Org Med Chem Lett. 2012 Jun 11;2(1):20. doi: 10.1186/2191-2858-2-20.
Green catalyst fly ash: H2SO4 was prepared by mixing fly ash and sulphuric acid. Microwave irradiations are applied for solid phase cyclization of 5-bromo-2-thienyl chalcones and phenyl hydrazine hydrate in the presence of fly ash: H2SO4 yields, 1-phenyl-3(5-bromothiophen-2-yl)-5-(substituted phenyl)-2-pyrazolines. These pyrazolines were characterized by their physical constants and spectral data. The antimicrobial activities of all synthesized pyrazolines have been studied.
Scanning electron microscopy (SEM) analysis shows the morphology changes between fly ash and the catalyst fly ash: H2SO4. The SEM photographs with the scale of 1 and 50 μm show the fly-ash particle is corroded by H2SO4 (indicated by arrow mark), and this may be due to dissolution of fly ash by H2SO4. The yields of 1-phenyl-3(5-bromothiophen-2-yl)-5-(substituted phenyl)-2-pyrazolines is more than 75% using this catalyst under microwave heating. All pyrazolines showed moderate activities against antimicrobial strains.

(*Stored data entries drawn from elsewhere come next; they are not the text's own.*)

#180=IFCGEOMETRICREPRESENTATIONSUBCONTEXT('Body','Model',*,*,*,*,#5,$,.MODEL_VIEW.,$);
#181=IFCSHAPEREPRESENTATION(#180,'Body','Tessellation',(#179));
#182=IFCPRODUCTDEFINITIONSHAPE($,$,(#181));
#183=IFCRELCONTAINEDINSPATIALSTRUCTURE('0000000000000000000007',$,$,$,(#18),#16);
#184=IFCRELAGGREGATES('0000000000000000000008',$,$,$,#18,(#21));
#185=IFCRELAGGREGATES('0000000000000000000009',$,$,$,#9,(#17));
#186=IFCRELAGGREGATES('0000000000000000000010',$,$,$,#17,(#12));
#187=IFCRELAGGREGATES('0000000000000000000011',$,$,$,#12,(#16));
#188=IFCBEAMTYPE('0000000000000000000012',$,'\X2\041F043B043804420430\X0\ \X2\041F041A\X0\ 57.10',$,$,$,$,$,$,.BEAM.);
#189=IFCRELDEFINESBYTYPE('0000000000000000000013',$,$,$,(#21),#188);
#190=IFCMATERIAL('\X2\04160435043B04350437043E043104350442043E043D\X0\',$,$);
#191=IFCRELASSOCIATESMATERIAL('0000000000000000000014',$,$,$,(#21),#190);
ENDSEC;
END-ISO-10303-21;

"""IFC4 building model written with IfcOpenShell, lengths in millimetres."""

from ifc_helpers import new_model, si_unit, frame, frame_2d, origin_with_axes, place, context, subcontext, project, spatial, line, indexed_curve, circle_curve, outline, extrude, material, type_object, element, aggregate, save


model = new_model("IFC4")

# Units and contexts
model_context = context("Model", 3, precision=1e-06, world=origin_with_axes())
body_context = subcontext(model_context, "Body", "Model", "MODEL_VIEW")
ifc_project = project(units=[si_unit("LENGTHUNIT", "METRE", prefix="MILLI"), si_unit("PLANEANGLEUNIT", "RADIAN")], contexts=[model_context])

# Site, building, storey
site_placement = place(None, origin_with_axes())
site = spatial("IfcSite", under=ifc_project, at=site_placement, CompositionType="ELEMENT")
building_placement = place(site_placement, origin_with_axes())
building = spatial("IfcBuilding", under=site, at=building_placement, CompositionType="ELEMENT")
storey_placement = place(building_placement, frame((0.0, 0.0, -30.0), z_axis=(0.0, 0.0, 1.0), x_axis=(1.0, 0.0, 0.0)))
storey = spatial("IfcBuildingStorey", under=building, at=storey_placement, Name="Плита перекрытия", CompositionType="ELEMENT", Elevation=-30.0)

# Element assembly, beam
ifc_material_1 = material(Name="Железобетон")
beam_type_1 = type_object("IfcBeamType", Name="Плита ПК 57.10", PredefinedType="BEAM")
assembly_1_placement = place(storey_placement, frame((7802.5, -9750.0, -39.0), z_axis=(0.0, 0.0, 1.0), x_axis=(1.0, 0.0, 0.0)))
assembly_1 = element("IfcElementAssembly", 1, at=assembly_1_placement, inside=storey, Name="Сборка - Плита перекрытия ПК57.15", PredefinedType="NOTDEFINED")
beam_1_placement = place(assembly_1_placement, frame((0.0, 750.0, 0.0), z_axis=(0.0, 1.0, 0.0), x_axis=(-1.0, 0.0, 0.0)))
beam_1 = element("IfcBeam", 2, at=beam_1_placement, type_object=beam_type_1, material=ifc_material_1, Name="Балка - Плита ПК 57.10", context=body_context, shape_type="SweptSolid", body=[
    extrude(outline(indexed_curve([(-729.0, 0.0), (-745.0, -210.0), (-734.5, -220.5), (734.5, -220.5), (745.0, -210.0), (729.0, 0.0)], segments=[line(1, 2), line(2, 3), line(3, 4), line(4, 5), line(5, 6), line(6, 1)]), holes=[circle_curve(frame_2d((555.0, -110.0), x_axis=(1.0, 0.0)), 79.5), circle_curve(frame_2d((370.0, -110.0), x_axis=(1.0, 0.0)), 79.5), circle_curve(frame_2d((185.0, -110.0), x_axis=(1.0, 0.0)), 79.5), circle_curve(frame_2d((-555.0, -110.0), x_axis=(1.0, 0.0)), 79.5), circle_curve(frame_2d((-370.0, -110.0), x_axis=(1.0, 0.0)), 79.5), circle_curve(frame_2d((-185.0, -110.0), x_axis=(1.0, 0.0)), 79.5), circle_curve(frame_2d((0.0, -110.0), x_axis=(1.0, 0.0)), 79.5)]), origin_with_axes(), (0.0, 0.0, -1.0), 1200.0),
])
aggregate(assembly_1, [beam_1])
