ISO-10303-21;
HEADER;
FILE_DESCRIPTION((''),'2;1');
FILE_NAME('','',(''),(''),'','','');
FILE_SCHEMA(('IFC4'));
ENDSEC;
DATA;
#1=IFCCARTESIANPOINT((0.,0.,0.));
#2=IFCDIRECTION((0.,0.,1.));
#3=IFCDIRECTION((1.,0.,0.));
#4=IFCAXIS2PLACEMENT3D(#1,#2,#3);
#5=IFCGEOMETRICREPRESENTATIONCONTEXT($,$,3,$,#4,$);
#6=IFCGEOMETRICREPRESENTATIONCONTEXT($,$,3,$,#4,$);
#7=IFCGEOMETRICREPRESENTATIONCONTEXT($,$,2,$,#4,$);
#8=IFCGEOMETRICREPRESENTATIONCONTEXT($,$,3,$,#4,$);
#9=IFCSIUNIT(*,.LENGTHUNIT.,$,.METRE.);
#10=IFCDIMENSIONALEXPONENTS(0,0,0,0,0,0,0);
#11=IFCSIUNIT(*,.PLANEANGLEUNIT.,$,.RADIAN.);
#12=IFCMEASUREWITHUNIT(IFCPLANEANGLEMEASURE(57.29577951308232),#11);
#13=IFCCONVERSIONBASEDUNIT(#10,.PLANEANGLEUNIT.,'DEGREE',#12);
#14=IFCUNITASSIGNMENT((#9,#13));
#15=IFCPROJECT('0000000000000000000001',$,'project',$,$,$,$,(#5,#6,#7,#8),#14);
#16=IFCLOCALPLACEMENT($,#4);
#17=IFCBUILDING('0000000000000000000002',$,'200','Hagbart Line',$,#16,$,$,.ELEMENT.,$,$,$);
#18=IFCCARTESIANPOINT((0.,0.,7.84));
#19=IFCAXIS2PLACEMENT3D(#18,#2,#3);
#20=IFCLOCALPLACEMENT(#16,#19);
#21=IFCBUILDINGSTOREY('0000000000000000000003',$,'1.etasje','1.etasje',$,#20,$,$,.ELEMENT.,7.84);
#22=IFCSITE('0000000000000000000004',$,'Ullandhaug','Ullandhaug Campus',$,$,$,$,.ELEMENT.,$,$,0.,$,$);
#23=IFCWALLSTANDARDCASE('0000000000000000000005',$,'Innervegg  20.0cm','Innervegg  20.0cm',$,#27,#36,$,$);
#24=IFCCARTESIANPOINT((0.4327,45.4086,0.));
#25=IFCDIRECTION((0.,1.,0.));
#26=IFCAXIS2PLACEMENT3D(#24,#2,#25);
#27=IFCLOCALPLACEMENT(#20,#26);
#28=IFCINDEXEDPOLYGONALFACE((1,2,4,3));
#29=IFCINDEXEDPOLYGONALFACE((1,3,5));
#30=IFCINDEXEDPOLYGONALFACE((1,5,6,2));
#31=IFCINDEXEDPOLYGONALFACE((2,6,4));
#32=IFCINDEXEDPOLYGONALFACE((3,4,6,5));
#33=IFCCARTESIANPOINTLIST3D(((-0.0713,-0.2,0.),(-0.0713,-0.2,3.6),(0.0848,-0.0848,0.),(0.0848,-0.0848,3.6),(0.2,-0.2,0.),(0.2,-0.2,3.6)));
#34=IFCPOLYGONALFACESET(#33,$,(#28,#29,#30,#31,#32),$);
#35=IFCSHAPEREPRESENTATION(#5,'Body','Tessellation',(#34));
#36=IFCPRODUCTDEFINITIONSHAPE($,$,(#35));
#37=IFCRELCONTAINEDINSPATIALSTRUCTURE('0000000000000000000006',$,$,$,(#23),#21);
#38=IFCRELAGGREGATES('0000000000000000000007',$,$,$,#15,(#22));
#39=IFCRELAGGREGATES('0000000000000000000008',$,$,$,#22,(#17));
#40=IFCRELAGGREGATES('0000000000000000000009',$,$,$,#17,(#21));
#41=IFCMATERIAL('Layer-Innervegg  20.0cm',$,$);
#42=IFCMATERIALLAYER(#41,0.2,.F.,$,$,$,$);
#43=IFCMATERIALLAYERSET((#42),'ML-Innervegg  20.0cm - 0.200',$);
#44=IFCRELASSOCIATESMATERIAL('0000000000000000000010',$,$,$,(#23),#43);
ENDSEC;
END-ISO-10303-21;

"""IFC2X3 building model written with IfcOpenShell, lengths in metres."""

from ifc_helpers import new_model, entity, si_unit, converted_unit, frame, origin_with_axes, place, context, project, spatial, polyline, outline, extrude, material, layer, layer_set, layer_usage, element, save


model = new_model("IFC2X3")

# Units and contexts
context_of_model_1 = context(None, 3, world=origin_with_axes())
context_of_model_2 = context(None, 3, world=origin_with_axes())
context_of_model_3 = context(None, 2, world=origin_with_axes())
context_of_model_4 = context(None, 3, world=origin_with_axes())
ifc_project = project(units=[si_unit("LENGTHUNIT", "METRE"), converted_unit("PLANEANGLEUNIT", "DEGREE", entity("IfcPlaneAngleMeasure", 57.29577951308232), si_unit("PLANEANGLEUNIT", "RADIAN"), dimensions=[0, 0, 0, 0, 0, 0, 0])], contexts=[context_of_model_1, context_of_model_2, context_of_model_3, context_of_model_4])

# Site, building, storey
site = spatial("IfcSite", under=ifc_project, Name="Ullandhaug", Description="Ullandhaug Campus", CompositionType="ELEMENT", RefElevation=0.0)
building_placement = place(None, origin_with_axes())
building = spatial("IfcBuilding", under=site, at=building_placement, Name="200", Description="Hagbart Line", CompositionType="ELEMENT")
storey_placement = place(building_placement, frame((0.0, 0.0, 7.84), z_axis=(0.0, 0.0, 1.0), x_axis=(1.0, 0.0, 0.0)))
storey = spatial("IfcBuildingStorey", under=building, at=storey_placement, Name="1.etasje", Description="1.etasje", CompositionType="ELEMENT", Elevation=7.84)

# Shared definitions
ifc_material_1 = material(Name="Layer-Innervegg  20.0cm")
ifc_layer_1 = layer(ifc_material_1, 0.2, ventilated=False)
ifc_layer_set_1 = layer_set([ifc_layer_1], Name="ML-Innervegg  20.0cm - 0.200")
ifc_layer_usage_1 = layer_usage(ifc_layer_set_1, "AXIS2", "POSITIVE", 0.0)

# Wall
wall_1_placement = place(storey_placement, frame((0.4327, 45.4086, 0.0), z_axis=(0.0, 0.0, 1.0), x_axis=(0.0, 1.0, 0.0)))
element("IfcWallStandardCase", 1, at=wall_1_placement, inside=storey, material=ifc_layer_usage_1, Name="Innervegg  20.0cm", Description="Innervegg  20.0cm", context=context_of_model_1, shape_type="SweptSolid", body=[
    extrude(outline(polyline([(0.0, 0.0), (0.1999, 0.0), (-0.0713, 0.2), (0.2, 0.2), (0.0, 0.0)])), frame((0.0, 0.0, 0.0), z_axis=(0.0, 0.0, -1.0), x_axis=(1.0, 0.0, 0.0)), (0.0, 0.0, -1.0), 3.6),
])

save(model, "model.ifc")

We have developed an efficient catalytic method for synthesis of 1-phenyl-3(5-bromothiophen-2-yl)-5-(substituted phenyl)-2-pyrazolines by solid phase cyclization using a solvent-free environmentally greener catalyst fly ash: H2SO4 under microwave irradiation between aryl chalcones and hydrazine hydrate. This reaction protocol offers a simple, economical, environment friendly, non-hazardous, easier work-up procedure, and good yields. All synthesized pyrazoline derivatives showed moderate antimicrobial activities against bacterial and fungal strains.
绿色催化剂粉煤灰:硫酸是通过将粉煤灰与硫酸混合制备而成。在粉煤灰:硫酸存在的情况下,利用微波辐射对5-溴-2-噻吩基查尔酮和水合苯肼进行固相聚环反应,得到1-苯基-3(5-溴噻吩-2-基)-5-(取代苯基)-2-吡唑啉。这些吡唑啉通过其物理常数和光谱数据进行表征。对所有合成的吡唑啉的抗菌活性进行了研究。
扫描电子显微镜(SEM)分析显示了粉煤灰与催化剂粉煤灰:硫酸之间的形态变化。放大倍数为1和50μm的SEM照片显示粉煤灰颗粒被硫酸腐蚀(用箭头标记),这可能是由于硫酸使粉煤灰溶解所致。在微波加热条件下,使用该催化剂时,1-苯基-3(5-溴噻吩-2-基)-5-(取代苯基)-2-吡唑啉的产率超过75%。所有吡唑啉对抗菌菌株均表现出中等活性。
我们开发了一种高效的催化方法,即在微波辐射下,使用无溶剂且环境更绿色的催化剂粉煤灰:硫酸,通过固相聚环反应由芳基查尔酮和水合肼合成1-苯基-3(5-溴噻吩-2-基)-5-(取代苯基)-2-吡唑啉。该反应方案提供了一种简单、经济、环境友好、无危险、后处理程序简便且产率高的方法。所有合成的吡唑啉衍生物对细菌和真菌菌株均表现出中等抗菌活性。